I was assigned 500 shares with ITrade...cost 43,00$

The cost of the options seems OK

9,95 basic plus 1,25/option

1 option = 11,25$ = 11¢/share

Me, 5 options = 16,25 = 3½¢/ share

Me 10 options = 22,25 = 2¼¢/share

Someone complaint about the cash not giving interest

If you open a «CASH OPTIMISER ACCOUNT» it will give you SOME interest....just move the cash from margin account to cash optimiser...back and forth...at NO COST

I do not DEFEND or represent ITrade...on the contrary....with the changes they made I find it lamentable

They have a long way to go to match TDW on clarity and conviviability,plus their marketing announcement when you open your account

Nothing of this on TDW...only business related to your account

Hope a call will straighten this out....65$ makes no sense for 100 shares assigment

my opinion :02.47-tranquillity:


----------



## caricole (Mar 12, 2012)

Causalien said:


> What's factored into the $76.23?
> 
> I am guessing two commissions of $19.99 for buying and selling stock one for getting rid of the option and... forex?


The only things that can be factored in...veryfiable with the orders executions they better be on hand when contacting customers service

1) Buy 100 shares....9,95

2) Sell 1 option...11,25

3) Assigment of 100 shares....43,00

Nothing else, when an option is exercised...it évaporates from the account AT NO COST

my opinion


----------



## Causalien (Apr 4, 2009)

I am really appalled at what you guys are paying to deal with options on the Canadian side.

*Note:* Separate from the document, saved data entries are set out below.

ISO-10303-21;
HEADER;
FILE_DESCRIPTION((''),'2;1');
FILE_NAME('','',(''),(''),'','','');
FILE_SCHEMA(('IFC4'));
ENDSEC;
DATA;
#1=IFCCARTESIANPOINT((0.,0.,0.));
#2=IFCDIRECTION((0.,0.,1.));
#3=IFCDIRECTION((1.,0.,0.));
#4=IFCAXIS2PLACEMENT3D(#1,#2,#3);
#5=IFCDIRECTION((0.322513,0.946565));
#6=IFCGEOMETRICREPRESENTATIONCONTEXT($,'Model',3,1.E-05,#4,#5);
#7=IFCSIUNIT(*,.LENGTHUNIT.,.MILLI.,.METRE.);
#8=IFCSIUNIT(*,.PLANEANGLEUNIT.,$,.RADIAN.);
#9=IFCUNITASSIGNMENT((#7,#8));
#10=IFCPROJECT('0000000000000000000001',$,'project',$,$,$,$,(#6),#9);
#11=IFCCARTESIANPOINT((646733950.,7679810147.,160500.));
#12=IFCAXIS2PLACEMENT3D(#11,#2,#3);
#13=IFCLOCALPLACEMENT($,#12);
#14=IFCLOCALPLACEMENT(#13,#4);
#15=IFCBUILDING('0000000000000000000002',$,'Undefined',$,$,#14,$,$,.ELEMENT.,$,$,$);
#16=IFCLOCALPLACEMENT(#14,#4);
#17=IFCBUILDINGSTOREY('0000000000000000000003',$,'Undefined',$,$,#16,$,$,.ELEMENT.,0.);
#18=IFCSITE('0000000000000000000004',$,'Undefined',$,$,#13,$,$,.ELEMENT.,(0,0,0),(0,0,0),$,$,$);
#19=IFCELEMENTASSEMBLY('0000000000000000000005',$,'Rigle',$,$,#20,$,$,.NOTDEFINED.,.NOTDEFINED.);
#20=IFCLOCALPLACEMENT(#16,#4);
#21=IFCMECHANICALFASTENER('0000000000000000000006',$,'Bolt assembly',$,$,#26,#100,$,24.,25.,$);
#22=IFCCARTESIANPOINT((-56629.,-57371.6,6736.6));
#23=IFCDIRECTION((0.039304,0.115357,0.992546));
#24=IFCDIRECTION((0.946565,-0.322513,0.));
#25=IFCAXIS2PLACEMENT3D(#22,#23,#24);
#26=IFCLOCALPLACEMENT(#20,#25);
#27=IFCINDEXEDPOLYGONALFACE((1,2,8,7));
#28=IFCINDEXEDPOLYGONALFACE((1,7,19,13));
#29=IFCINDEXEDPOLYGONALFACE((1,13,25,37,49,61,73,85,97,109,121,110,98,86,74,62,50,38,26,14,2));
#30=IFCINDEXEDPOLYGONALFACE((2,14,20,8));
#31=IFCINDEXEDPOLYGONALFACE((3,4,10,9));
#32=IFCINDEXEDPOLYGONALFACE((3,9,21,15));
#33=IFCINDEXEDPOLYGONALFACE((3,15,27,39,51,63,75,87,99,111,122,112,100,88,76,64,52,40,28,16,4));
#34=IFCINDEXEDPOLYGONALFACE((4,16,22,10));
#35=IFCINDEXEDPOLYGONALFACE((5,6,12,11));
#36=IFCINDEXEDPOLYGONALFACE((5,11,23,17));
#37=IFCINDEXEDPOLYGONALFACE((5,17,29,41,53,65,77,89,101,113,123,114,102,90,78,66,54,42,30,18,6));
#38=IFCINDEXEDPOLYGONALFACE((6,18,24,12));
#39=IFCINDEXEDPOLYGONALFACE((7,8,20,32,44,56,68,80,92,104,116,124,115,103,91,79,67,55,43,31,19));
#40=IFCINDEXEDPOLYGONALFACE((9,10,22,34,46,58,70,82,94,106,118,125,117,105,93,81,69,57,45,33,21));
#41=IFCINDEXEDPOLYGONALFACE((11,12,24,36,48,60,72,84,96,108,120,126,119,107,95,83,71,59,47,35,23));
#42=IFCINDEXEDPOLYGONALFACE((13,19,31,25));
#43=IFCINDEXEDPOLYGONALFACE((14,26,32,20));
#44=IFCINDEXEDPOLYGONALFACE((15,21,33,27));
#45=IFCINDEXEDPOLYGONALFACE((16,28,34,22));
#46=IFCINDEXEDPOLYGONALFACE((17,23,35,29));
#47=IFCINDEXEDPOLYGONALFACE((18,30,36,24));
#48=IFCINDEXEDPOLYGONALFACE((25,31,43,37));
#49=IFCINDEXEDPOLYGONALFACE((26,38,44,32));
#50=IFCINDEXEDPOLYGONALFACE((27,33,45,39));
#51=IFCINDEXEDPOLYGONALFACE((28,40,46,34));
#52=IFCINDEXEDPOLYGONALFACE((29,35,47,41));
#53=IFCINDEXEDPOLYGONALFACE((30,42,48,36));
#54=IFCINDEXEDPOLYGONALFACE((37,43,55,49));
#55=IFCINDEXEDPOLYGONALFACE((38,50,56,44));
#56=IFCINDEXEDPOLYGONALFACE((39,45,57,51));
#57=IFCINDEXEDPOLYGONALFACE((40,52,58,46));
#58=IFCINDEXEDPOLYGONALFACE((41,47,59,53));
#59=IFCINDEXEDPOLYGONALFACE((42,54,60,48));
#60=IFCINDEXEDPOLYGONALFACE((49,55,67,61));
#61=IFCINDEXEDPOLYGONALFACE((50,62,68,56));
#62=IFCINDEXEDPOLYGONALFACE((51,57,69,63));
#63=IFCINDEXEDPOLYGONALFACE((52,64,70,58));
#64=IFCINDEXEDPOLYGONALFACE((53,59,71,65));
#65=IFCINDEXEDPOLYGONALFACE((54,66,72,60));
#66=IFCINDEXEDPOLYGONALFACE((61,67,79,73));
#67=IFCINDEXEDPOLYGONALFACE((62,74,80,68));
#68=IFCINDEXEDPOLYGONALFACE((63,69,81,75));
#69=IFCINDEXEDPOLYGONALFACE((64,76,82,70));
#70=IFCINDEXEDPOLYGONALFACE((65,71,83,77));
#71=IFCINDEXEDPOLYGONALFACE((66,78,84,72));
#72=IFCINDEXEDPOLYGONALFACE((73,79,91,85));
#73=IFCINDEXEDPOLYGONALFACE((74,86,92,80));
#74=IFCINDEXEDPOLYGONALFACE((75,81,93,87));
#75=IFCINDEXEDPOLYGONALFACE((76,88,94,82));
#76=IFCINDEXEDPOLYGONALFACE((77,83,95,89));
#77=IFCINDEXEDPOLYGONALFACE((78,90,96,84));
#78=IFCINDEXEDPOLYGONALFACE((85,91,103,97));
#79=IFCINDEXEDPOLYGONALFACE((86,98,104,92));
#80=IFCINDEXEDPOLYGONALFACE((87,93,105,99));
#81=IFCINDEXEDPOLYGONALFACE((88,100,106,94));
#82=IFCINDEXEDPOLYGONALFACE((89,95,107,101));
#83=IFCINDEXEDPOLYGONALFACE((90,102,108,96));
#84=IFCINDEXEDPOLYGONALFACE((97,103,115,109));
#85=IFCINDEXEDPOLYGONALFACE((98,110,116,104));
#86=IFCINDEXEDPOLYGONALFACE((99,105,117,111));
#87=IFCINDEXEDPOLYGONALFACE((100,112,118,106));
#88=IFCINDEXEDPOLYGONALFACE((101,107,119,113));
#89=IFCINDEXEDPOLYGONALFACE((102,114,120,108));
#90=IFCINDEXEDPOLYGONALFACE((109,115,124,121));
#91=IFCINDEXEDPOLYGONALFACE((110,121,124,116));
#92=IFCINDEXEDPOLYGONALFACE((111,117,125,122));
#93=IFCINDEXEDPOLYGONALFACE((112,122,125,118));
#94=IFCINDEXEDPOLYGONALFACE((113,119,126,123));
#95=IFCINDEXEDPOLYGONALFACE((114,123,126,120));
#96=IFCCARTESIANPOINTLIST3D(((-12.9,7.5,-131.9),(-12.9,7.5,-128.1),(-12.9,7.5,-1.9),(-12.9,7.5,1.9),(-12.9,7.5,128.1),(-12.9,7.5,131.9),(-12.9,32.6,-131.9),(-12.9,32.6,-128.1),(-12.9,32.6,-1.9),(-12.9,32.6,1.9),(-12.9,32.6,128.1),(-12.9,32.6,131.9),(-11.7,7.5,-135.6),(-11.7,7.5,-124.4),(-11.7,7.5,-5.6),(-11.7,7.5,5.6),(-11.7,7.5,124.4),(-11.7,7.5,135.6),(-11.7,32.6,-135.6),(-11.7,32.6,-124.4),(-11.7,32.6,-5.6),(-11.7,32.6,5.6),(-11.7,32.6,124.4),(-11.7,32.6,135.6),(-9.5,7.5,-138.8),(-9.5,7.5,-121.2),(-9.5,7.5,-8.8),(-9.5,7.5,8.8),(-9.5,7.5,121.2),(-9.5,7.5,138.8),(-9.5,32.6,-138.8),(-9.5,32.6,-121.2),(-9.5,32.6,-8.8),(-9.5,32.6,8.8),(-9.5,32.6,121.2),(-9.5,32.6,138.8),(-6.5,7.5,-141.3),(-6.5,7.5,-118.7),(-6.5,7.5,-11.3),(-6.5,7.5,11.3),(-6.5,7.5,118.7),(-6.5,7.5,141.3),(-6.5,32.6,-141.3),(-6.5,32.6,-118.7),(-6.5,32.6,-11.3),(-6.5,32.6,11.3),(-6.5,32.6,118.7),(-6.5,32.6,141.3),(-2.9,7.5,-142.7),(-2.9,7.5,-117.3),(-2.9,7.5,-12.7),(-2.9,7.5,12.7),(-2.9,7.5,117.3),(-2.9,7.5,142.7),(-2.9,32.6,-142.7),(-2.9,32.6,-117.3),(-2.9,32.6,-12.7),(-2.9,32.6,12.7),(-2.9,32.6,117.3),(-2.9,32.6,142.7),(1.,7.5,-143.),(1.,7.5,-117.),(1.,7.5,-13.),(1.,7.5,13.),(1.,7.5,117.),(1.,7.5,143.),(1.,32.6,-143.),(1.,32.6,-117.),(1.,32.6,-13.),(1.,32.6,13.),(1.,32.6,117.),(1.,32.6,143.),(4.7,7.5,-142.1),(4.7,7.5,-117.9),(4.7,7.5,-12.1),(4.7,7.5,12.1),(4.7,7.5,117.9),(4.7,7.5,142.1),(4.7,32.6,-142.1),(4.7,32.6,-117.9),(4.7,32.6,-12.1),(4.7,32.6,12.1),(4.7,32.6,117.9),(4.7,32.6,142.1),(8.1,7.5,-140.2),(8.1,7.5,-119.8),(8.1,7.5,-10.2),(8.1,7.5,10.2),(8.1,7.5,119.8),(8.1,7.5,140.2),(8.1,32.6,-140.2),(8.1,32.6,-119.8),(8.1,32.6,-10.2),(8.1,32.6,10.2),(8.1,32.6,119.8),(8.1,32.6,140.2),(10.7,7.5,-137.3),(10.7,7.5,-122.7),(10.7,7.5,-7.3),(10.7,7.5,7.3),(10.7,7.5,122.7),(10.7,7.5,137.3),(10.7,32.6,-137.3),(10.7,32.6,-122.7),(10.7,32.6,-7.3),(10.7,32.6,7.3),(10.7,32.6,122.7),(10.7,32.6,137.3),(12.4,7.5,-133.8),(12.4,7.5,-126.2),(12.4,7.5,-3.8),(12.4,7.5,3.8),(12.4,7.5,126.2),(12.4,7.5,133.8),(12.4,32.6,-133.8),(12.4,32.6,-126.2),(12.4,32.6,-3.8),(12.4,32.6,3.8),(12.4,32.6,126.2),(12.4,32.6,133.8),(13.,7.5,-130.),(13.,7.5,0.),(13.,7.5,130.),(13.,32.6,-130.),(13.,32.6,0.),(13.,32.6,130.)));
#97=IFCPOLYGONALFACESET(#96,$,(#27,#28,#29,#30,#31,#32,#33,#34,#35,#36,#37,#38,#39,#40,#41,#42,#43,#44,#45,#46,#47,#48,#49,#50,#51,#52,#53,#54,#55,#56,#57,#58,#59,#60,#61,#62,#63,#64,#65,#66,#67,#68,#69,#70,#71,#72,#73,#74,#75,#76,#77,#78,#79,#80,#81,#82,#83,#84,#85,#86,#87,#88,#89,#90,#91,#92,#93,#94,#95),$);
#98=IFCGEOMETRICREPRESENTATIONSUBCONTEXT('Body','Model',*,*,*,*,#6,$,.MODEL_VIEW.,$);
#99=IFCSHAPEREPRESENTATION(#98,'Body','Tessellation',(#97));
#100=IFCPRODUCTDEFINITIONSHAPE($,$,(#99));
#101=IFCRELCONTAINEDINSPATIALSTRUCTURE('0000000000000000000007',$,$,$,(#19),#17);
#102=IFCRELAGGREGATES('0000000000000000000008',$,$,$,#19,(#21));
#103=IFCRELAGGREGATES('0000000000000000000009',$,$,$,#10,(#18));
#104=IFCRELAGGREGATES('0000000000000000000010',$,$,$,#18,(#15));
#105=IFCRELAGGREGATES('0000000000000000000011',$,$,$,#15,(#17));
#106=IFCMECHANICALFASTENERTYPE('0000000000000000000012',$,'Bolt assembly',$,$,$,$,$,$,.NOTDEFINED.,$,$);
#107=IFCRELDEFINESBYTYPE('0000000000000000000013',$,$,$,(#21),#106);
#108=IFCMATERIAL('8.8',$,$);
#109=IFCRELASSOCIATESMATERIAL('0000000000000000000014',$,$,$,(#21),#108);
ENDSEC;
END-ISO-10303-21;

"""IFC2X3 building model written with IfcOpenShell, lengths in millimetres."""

from ifc_helpers import new_model, si_unit, direction, frame, origin_with_axes, origin_2d_with_axis, place, context, subcontext, project, spatial, circle, extrude, source, transform, mapped, material, type_object, element, aggregate, save


model = new_model("IFC2X3")

# Units and contexts
model_context = context("Model", 3, precision=1e-05, world=origin_with_axes(), true_north=direction((0.322513, 0.946565)))
body_context = subcontext(model_context, "Body", "Model", "MODEL_VIEW")
ifc_project = project(units=[si_unit("LENGTHUNIT", "METRE", prefix="MILLI"), si_unit("PLANEANGLEUNIT", "RADIAN")], contexts=[model_context])

# Site, building, storey
site_placement = place(None, frame((646733950.0, 7679810147.0, 160500.0), z_axis=(0.0, 0.0, 1.0), x_axis=(1.0, 0.0, 0.0)))
site = spatial("IfcSite", under=ifc_project, at=site_placement, Name="Undefined", CompositionType="ELEMENT", RefLatitude=(0, 0, 0), RefLongitude=(0, 0, 0))
building_placement = place(site_placement, origin_with_axes())
building = spatial("IfcBuilding", under=site, at=building_placement, Name="Undefined", CompositionType="ELEMENT")
storey_placement = place(building_placement, origin_with_axes())
storey = spatial("IfcBuildingStorey", under=building, at=storey_placement, Name="Undefined", CompositionType="ELEMENT", Elevation=0.0)

# Element assembly
assembly_1_placement = place(storey_placement, origin_with_axes())
assembly_1 = element("IfcElementAssembly", 1, at=assembly_1_placement, inside=storey, Name="Rigle", AssemblyPlace="NOTDEFINED", PredefinedType="NOTDEFINED")

# Mechanical fastener
ifc_material_1 = material(Name="8.8")
mechanical_fastener_type = type_object("IfcMechanicalFastenerType", Name="Bolt assembly")
shared_shape_1 = source(origin_with_axes(), body_context, "Body", "SweptSolid", [
    extrude(circle(Radius=13.0, at=origin_2d_with_axis()), frame((0.0, 7.5, 0.0), z_axis=(0.0, 1.0, 0.0), x_axis=(1.0, 0.0, 0.0)), (0.0, 0.0, 1.0), 25.1),
])
mechanical_fastener_1_placement = place(assembly_1_placement, frame((-56629.0, -57371.6, 6736.6), z_axis=(0.039304, 0.115357, 0.992546), x_axis=(0.946565, -0.322513, 0.0)))
mechanical_fastener_1 = element("IfcMechanicalFastener", 2, at=mechanical_fastener_1_placement, type_object=mechanical_fastener_type, material=ifc_material_1, Name="Bolt assembly", NominalDiameter=24.0, NominalLength=25.0, context=body_context, shape_type="MappedRepresentation", body=[
    mapped(shared_shape_1, transform((0.0, 0.0, -130.0))),
    mapped(shared_shape_1, transform((0.0, 0.0, 0.0))),
    mapped(shared_shape_1, transform((0.0, 0.0, 130.0))),
])
aggregate(assembly_1, [mechanical_fastener_1])

save(model, "model.ifc")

Seems more and more like a nightmare to me.


----------



## humble_pie (Jun 7, 2009)

these are all separate transactions:

1) bought 100 ry in nov/11
2) sold 1 april 54 call in jan/12
3) option was exercised & stk was assigned in april/12

each transaction should & would have its own separate commission.

investor might be considering the total return in his own mind, but he should understand that what he has actually done is a series of separate transactions.

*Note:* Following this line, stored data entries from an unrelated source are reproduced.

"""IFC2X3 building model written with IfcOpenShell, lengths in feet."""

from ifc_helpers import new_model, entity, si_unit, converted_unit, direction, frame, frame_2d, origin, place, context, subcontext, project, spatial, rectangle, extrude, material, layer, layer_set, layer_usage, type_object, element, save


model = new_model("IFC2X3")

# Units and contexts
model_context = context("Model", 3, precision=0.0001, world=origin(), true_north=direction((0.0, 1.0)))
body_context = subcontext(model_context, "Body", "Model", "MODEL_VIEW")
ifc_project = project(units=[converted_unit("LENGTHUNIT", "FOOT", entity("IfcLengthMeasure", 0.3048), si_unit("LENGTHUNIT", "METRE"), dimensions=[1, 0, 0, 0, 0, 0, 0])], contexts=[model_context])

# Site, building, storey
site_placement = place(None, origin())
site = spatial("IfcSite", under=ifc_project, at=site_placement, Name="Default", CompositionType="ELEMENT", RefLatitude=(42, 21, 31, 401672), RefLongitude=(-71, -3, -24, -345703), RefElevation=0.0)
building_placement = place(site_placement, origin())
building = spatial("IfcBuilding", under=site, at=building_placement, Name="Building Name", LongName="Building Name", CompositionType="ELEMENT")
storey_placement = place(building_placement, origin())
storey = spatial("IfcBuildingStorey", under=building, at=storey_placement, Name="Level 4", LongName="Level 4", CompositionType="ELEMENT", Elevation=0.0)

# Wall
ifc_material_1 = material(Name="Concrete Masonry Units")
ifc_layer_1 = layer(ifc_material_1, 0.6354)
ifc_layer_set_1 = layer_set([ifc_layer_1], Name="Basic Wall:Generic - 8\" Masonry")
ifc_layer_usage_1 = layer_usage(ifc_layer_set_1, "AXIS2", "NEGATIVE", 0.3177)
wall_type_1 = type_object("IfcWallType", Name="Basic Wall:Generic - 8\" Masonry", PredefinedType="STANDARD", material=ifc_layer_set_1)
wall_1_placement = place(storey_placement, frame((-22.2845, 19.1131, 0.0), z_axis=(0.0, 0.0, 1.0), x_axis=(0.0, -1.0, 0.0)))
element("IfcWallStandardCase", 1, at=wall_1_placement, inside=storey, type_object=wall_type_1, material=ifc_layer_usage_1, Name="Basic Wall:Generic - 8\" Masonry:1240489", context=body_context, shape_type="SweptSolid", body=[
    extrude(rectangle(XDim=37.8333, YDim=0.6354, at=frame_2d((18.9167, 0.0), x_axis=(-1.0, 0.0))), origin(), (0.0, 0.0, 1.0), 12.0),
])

the commission for the final exercise transaction appears to be 54.99 (100 shares @ 54 = 5400.00 less cash rec'd 5345.01 is 54.99)

a 54.99 commission for a 100-share assignment does seem too high. Perhaps the OP might inquire again with a different representative. The standard formula for exercise would be the agent-handled commission for the stock assignment transaction, subject to a minimum assignment fee.

however, different brokers have vastly different assignment commissions. All option traders should learn in advance what these commissions are going to be.

BMO investorline, for example, has high assignment commissions. From this thread, it appears that scotia itrade may have as well.

td waterhouse, as noted upthread, charges a flat fee of $43 per assignment, no matter how many shares are involved.

of course, IB clients have it best of all. There is said to be no assignment fee or exercise commission whatsoever at IB.

the other issue is why this OP let things get so far along without doing anything to rescue his RY shares by preventing assignment. RY is a hi-quality dividend-paying stock, so for a short call seller it's a holder & a keeper, not a quick trade candidate.

the OP knew from the get-go in january, when he sold his call, that the counterparty would call away his 100 shares if the price of RY on the 3rd friday in april was higher than $54. Apart from monitoring his RY position constantly, the time to have acted was back in late march or early april, during a day of sharply falling RY share prices.

there's a useful lesson for option newcomers here.


----------



## Ethan (Aug 8, 2010)

I think Humble Pie has it right. I'm also with iTrade, assignment fees are $45. They also charge you a trading commission when assigned.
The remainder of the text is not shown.